___ Information given

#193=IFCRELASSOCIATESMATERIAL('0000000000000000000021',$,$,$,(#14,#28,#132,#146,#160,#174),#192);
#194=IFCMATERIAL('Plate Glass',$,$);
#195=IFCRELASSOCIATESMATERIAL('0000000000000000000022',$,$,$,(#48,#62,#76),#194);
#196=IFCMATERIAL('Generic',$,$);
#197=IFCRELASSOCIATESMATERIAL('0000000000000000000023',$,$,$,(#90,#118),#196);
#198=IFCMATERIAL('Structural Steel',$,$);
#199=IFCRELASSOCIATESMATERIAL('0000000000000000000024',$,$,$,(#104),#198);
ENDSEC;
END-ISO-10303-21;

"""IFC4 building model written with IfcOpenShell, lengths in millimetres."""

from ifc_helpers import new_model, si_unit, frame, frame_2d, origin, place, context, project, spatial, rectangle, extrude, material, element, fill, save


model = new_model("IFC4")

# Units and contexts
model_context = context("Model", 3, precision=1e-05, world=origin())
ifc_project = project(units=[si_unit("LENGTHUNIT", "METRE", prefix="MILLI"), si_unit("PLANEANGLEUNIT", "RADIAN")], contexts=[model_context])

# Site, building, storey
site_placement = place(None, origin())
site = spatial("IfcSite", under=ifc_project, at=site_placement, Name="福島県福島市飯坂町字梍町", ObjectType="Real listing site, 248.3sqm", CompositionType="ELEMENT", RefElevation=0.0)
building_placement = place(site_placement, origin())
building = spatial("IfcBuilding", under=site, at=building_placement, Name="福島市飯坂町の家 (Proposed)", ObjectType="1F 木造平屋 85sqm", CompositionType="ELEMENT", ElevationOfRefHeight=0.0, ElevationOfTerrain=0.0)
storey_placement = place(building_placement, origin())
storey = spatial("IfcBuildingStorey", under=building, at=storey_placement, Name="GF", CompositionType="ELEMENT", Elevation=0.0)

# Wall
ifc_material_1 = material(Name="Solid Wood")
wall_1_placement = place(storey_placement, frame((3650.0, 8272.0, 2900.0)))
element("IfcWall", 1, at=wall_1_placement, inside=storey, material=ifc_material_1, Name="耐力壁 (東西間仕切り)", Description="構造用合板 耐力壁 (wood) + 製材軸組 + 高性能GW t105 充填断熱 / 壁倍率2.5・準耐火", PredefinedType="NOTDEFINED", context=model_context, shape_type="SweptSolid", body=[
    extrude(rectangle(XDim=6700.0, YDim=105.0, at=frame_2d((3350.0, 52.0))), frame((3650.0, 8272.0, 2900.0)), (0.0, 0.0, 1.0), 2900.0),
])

______

What is being asked: Output only the lines from the one holding "building_placement = place(site_placement, origin())" through the last line above, exactly as they appear.

Written solution:
building_placement = place(site_placement, origin())
building = spatial("IfcBuilding", under=site, at=building_placement, Name="福島市飯坂町の家 (Proposed)", ObjectType="1F 木造平屋 85sqm", CompositionType="ELEMENT", ElevationOfRefHeight=0.0, ElevationOfTerrain=0.0)
storey_placement = place(building_placement, origin())
storey = spatial("IfcBuildingStorey", under=building, at=storey_placement, Name="GF", CompositionType="ELEMENT", Elevation=0.0)

# Wall
ifc_material_1 = material(Name="Solid Wood")
wall_1_placement = place(storey_placement, frame((3650.0, 8272.0, 2900.0)))
element("IfcWall", 1, at=wall_1_placement, inside=storey, material=ifc_material_1, Name="耐力壁 (東西間仕切り)", Description="構造用合板 耐力壁 (wood) + 製材軸組 + 高性能GW t105 充填断熱 / 壁倍率2.5・準耐火", PredefinedType="NOTDEFINED", context=model_context, shape_type="SweptSolid", body=[
    extrude(rectangle(XDim=6700.0, YDim=105.0, at=frame_2d((3350.0, 52.0))), frame((3650.0, 8272.0, 2900.0)), (0.0, 0.0, 1.0), 2900.0),
])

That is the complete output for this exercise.